Russell, who graduated from TMU in 2025, had submitted her application for the five-and-a-half month professional program in January last year. She said it was something she had been looking forward to for a long time.

“It's kind of the quintessential Canadian film thing to do,” Russell said.

She submitted the application for the writer’s lab with a feature script she had originally written when she was 15 or 16, and had been revising sinceThen, she was asked to interview for the program.

“I don’t think I’ve ever felt more sick in my life,” Russell said.

Russell said she was ready to apply for over-and-over again if her application wasn’t successful the first time — which was the scenario she prepared herself for. That’s when she got the email that she had gotten into the professional program of her dreams.

“I don't even know how to describe that feeling. I think I cried, and my hands were shaking. I just didn’t know how badly I wanted it until I had it,” she said.

The Norman Jewison Film Program offers four intensive labs for emerging to mid-level Canadian filmmakers: for directors, editors, producers and writers. It runs from July to December each year.

The program placed her in a cohort with other writers, who she said had similar “weird” tastes in filmmaking.

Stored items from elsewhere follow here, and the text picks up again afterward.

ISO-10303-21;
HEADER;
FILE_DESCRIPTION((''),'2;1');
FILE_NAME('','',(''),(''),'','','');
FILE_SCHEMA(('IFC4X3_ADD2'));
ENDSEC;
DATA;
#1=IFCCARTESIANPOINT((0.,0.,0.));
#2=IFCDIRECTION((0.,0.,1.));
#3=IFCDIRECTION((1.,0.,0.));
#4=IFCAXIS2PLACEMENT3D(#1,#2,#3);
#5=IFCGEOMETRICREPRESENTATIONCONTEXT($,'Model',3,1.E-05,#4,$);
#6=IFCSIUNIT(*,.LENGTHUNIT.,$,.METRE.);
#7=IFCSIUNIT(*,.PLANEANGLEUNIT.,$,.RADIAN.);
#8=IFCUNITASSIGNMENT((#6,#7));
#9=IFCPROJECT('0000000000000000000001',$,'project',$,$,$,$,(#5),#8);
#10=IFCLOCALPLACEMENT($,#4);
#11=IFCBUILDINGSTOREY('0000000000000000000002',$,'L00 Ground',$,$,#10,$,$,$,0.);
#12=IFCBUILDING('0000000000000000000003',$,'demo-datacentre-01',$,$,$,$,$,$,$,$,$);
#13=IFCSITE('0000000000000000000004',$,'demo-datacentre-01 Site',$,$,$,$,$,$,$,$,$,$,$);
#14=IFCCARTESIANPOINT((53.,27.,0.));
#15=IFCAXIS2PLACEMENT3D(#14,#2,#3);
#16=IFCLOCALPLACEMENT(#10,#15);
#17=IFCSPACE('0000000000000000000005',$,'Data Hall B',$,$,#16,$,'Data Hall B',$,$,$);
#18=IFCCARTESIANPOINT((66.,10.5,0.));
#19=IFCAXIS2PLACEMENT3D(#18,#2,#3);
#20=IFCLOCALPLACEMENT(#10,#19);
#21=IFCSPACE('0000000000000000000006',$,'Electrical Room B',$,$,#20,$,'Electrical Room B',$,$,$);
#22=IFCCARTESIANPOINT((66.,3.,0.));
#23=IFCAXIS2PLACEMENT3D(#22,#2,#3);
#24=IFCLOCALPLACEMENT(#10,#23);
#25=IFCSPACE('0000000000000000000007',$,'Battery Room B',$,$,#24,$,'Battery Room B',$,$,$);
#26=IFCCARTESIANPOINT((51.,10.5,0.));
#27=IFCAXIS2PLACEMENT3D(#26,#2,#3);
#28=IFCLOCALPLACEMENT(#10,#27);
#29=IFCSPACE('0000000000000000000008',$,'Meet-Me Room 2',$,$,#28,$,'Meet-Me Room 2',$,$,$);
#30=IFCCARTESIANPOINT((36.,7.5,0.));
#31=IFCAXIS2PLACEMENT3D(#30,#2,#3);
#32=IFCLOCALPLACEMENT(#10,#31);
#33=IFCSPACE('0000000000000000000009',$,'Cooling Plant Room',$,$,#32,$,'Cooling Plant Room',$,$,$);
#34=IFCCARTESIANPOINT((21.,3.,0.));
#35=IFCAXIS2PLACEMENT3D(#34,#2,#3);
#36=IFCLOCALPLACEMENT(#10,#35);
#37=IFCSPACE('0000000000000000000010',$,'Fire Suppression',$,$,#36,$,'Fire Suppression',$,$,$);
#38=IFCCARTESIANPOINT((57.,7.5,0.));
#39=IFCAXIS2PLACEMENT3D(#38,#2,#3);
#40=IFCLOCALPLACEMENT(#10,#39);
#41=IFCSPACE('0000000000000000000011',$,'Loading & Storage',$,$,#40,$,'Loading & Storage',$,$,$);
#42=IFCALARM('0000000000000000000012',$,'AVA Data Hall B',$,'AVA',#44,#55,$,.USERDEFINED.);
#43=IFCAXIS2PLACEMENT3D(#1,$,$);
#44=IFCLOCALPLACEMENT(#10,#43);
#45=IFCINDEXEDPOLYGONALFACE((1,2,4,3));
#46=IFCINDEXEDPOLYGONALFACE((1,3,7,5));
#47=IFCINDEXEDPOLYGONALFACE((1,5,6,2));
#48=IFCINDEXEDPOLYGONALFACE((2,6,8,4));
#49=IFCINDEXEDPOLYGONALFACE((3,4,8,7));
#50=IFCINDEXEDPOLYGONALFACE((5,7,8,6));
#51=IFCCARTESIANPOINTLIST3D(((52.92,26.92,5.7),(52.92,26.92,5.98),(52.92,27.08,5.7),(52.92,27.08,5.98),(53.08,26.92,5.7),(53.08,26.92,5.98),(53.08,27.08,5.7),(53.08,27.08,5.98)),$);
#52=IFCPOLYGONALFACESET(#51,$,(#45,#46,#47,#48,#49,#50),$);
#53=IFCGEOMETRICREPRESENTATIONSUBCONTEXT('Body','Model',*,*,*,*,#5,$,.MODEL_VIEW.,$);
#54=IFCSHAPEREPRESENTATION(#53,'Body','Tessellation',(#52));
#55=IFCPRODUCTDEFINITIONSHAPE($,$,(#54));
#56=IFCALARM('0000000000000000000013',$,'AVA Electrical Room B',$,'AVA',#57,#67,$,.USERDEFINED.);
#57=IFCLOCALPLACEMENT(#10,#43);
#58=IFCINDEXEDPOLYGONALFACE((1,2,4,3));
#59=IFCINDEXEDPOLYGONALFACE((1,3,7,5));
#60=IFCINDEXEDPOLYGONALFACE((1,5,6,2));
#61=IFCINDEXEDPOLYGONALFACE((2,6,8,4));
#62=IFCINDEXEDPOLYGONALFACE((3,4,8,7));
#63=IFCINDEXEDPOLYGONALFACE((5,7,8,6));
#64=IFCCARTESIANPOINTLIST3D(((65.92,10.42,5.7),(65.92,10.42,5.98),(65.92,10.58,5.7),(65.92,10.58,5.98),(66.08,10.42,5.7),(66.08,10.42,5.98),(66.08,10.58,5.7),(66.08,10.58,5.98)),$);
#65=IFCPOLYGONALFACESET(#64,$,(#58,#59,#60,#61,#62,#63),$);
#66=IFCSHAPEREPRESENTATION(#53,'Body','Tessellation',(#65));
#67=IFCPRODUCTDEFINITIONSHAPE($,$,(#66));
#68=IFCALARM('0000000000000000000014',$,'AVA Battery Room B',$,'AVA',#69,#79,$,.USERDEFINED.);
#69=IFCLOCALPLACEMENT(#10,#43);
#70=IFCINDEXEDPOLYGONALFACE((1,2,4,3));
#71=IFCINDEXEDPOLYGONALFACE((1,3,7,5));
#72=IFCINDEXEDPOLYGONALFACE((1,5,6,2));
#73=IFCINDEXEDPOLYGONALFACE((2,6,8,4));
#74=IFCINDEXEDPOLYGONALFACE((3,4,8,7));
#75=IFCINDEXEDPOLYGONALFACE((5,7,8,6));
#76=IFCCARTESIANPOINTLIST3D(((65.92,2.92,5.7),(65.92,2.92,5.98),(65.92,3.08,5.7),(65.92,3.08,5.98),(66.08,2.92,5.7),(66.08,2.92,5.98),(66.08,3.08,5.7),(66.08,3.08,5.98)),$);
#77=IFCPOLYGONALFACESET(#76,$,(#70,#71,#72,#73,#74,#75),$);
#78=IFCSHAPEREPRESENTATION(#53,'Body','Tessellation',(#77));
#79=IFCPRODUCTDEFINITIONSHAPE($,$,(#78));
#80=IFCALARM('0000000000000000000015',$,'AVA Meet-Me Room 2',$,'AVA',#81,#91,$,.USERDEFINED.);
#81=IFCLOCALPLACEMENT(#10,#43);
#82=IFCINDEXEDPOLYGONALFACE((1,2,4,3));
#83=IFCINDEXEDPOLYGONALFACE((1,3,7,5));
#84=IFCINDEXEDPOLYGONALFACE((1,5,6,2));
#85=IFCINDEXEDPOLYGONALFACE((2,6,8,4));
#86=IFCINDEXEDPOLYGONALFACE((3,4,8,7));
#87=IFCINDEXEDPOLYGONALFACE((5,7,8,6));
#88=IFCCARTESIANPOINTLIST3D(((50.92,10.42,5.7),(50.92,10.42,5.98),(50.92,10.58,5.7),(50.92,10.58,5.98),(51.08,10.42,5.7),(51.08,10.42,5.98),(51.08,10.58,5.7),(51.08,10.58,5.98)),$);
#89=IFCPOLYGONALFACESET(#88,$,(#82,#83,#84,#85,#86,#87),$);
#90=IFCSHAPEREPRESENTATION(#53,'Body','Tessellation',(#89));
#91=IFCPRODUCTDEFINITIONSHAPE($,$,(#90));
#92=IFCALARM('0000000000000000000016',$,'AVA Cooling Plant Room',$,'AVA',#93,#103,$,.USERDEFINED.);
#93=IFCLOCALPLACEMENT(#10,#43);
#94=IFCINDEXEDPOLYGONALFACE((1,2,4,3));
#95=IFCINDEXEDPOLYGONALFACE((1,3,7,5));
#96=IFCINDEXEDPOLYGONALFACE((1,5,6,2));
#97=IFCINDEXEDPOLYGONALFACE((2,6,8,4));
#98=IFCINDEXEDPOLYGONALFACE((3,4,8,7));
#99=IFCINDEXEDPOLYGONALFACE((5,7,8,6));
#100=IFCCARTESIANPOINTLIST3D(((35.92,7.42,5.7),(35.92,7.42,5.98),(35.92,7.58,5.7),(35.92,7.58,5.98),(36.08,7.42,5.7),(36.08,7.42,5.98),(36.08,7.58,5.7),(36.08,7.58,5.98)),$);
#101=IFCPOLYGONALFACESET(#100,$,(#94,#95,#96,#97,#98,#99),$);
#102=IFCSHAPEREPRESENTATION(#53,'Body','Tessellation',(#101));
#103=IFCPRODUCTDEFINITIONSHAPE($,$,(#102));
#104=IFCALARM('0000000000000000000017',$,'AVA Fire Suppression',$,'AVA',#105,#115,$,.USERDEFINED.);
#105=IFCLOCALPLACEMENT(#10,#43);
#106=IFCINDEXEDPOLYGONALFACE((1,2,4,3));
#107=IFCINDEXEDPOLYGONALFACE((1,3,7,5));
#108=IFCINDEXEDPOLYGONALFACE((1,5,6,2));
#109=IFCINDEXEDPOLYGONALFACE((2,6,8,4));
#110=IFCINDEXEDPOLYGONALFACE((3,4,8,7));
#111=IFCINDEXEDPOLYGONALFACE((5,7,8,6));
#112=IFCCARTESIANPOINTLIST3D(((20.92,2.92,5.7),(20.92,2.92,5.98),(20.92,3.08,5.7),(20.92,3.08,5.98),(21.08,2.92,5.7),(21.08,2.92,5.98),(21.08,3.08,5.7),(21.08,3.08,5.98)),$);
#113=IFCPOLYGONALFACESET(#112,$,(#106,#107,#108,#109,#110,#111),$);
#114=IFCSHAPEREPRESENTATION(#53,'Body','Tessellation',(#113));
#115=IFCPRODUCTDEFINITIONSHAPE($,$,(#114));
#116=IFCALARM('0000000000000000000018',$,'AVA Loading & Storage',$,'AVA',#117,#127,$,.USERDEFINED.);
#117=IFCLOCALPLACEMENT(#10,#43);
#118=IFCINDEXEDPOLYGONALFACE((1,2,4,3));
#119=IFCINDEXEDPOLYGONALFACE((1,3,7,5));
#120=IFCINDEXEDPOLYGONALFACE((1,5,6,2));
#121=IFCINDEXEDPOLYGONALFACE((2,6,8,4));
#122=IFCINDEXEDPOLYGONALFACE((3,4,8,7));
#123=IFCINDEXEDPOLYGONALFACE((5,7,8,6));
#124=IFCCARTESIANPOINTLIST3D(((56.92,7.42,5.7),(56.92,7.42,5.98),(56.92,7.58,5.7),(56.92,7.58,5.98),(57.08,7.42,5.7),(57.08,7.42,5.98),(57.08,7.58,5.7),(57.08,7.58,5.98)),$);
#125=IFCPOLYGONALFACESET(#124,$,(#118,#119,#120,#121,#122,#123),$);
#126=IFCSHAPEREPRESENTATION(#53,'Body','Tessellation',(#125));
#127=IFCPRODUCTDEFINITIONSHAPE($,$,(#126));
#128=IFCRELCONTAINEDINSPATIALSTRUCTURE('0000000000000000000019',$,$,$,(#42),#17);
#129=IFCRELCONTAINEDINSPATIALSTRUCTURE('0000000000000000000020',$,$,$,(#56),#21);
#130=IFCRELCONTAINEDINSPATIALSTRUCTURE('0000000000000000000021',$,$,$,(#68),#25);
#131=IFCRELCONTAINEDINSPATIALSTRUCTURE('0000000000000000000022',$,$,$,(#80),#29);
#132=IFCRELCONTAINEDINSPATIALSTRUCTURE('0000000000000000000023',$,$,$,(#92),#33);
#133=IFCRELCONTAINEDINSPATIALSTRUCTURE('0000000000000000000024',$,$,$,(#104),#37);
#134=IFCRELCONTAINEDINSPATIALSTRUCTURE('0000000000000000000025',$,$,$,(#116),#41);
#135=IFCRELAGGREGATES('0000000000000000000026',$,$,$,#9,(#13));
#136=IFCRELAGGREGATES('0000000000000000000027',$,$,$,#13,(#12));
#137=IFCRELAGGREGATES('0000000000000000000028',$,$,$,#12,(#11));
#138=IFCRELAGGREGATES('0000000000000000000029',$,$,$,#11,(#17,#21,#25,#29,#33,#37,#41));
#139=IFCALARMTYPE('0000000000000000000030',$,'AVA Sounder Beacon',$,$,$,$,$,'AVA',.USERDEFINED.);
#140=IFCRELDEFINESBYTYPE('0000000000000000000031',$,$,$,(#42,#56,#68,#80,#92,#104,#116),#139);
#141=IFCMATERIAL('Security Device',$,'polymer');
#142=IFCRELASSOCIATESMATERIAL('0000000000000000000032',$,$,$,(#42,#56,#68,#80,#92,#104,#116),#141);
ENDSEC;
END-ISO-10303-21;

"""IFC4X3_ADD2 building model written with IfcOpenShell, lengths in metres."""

from ifc_helpers import new_model, si_unit, frame, origin_with_axes, place, context, subcontext, project, spatial, rectangle, extrude, material, type_object, element, save


model = new_model("IFC4X3_ADD2")

# Units and contexts
model_context = context("Model", 3, precision=1e-05, world=origin_with_axes())
body_context = subcontext(model_context, "Body", "Model", "MODEL_VIEW")
ifc_project = project(units=[si_unit("LENGTHUNIT", "METRE"), si_unit("PLANEANGLEUNIT", "RADIAN")], contexts=[model_context])

# Site, building, storey, space
site = spatial("IfcSite", under=ifc_project, Name="demo-datacentre-01 Site")
building = spatial("IfcBuilding", under=site, Name="demo-datacentre-01")
storey_placement = place(None, origin_with_axes())
storey = spatial("IfcBuildingStorey", under=building, at=storey_placement, Name="L00 Ground", Elevation=0.0)
space_1_placement = place(storey_placement, frame((53.0, 27.0, 0.0), z_axis=(0.0, 0.0, 1.0), x_axis=(1.0, 0.0, 0.0)))
space_1 = spatial("IfcSpace", under=storey, at=space_1_placement, Name="Data Hall B", LongName="Data Hall B")

# Alarm
ifc_material = material(Name="Security Device", Category="polymer")
alarm_type = type_object("IfcAlarmType", Name="AVA Sounder Beacon", ElementType="AVA", PredefinedType="USERDEFINED")
alarm_1_placement = place(space_1_placement, frame((0.0, 0.0, 5.7), z_axis=(0.0, 0.0, 1.0), x_axis=(1.0, 0.0, 0.0)))
element("IfcAlarm", 1, at=alarm_1_placement, inside=space_1, type_object=alarm_type, material=ifc_material, Name="AVA Data Hall B", ObjectType="AVA", PredefinedType="USERDEFINED", context=body_context, shape_type="SweptSolid", body=[
    extrude(rectangle(XDim=0.16, YDim=0.16), origin_with_axes(), (0.0, 0.0, 1.0), 0.28),
])

# Shared definitions
space_2_placement = place(storey_placement, frame((66.0, 10.5, 0.0), z_axis=(0.0, 0.0, 1.0), x_axis=(1.0, 0.0, 0.0)))
space_2 = spatial("IfcSpace", under=storey, at=space_2_placement, Name="Electrical Room B", LongName="Electrical Room B")

# Alarm
alarm_2_placement = place(space_2_placement, frame((0.0, 0.0, 5.7), z_axis=(0.0, 0.0, 1.0), x_axis=(1.0, 0.0, 0.0)))
element("IfcAlarm", 2, at=alarm_2_placement, inside=space_2, type_object=alarm_type, material=ifc_material, Name="AVA Electrical Room B", ObjectType="AVA", PredefinedType="USERDEFINED", context=body_context, shape_type="SweptSolid", body=[
    extrude(rectangle(XDim=0.16, YDim=0.16), origin_with_axes(), (0.0, 0.0, 1.0), 0.28),
])

# Shared definitions
space_3_placement = place(storey_placement, frame((66.0, 3.0, 0.0), z_axis=(0.0, 0.0, 1.0), x_axis=(1.0, 0.0, 0.0)))
space_3 = spatial("IfcSpace", under=storey, at=space_3_placement, Name="Battery Room B", LongName="Battery Room B")

# Alarm
alarm_3_placement = place(space_3_placement, frame((0.0, 0.0, 5.7), z_axis=(0.0, 0.0, 1.0), x_axis=(1.0, 0.0, 0.0)))
element("IfcAlarm", 3, at=alarm_3_placement, inside=space_3, type_object=alarm_type, material=ifc_material, Name="AVA Battery Room B", ObjectType="AVA", PredefinedType="USERDEFINED", context=body_context, shape_type="SweptSolid", body=[
    extrude(rectangle(XDim=0.16, YDim=0.16), origin_with_axes(), (0.0, 0.0, 1.0), 0.28),
])

# Shared definitions
space_4_placement = place(storey_placement, frame((51.0, 10.5, 0.0), z_axis=(0.0, 0.0, 1.0), x_axis=(1.0, 0.0, 0.0)))
space_4 = spatial("IfcSpace", under=storey, at=space_4_placement, Name="Meet-Me Room 2", LongName="Meet-Me Room 2")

A highlight of the program, Russell said, was getting to meet fellow Canadian writers, and learning from mentors who work in the industry whose names she’d been seeing in the credits on screen.

Another highlight for Russell came during TIFF.

“The CFC gave us all industry passes, which was really amazing and wonderful. And they just said, go see as many movies as you can,” Russell said. “‘You want to be a filmmaker, go watch a bunch of films.’ So that's what I did, and I had the best TIFF ever.”

Over the course of several months, Russell said the CFC’s writer’s lab did a great job of helping her hone her voice and style as an individual filmmaker. They also gave the filmmakers in each of the labs the opportunity to create something by the end of their term.

In the writer’s lab, Russell got to create a proof-of-concept for a scene in a film she’d been working on — in just an eight-hour shoot. Thanks to her directing experience during her time at Toronto Metropolitan University (TMU), she also got to direct the scene for her queer horror / psychological thriller script, in which a girl bashes her husband’s head with a baseball bat.

At the end of the residency, the CFC held a graduating showcase at TIFF Lightbox. Toronto’s film industry gathered to watch the shorts that the directors and producers created, as well as the proof-of-concept films the writers made. All of their work was edited by the students in the CFC’s editor’s lab.

“The showcase was so incredibly special, they made me believe that I had a career in the industry,” Russell said. “To get to watch all the films made by the other really talented people in my cohort was incredible…it was kind of the most perfect send-off to the whole CFC journey.”

Now, Russell is looking forward to what’s next: a summer full of theatre productions, and a web series she’s developing with fellow Film graduate, Dylan Duff.

To current Film students at TMU, Russell said to “think very deeply about what makes you unique as a filmmaker” and to follow that instinct to tell creative stories. She also encouraged students to take the risk and apply for the CFC’s program — even if it means applying over and over again. 

“It gave me a whole new network of people,” Russell said. “I'm really appreciative of everything that the CFC did, and that TMU did as well, because TMU lays the groundwork for everything that happens after.”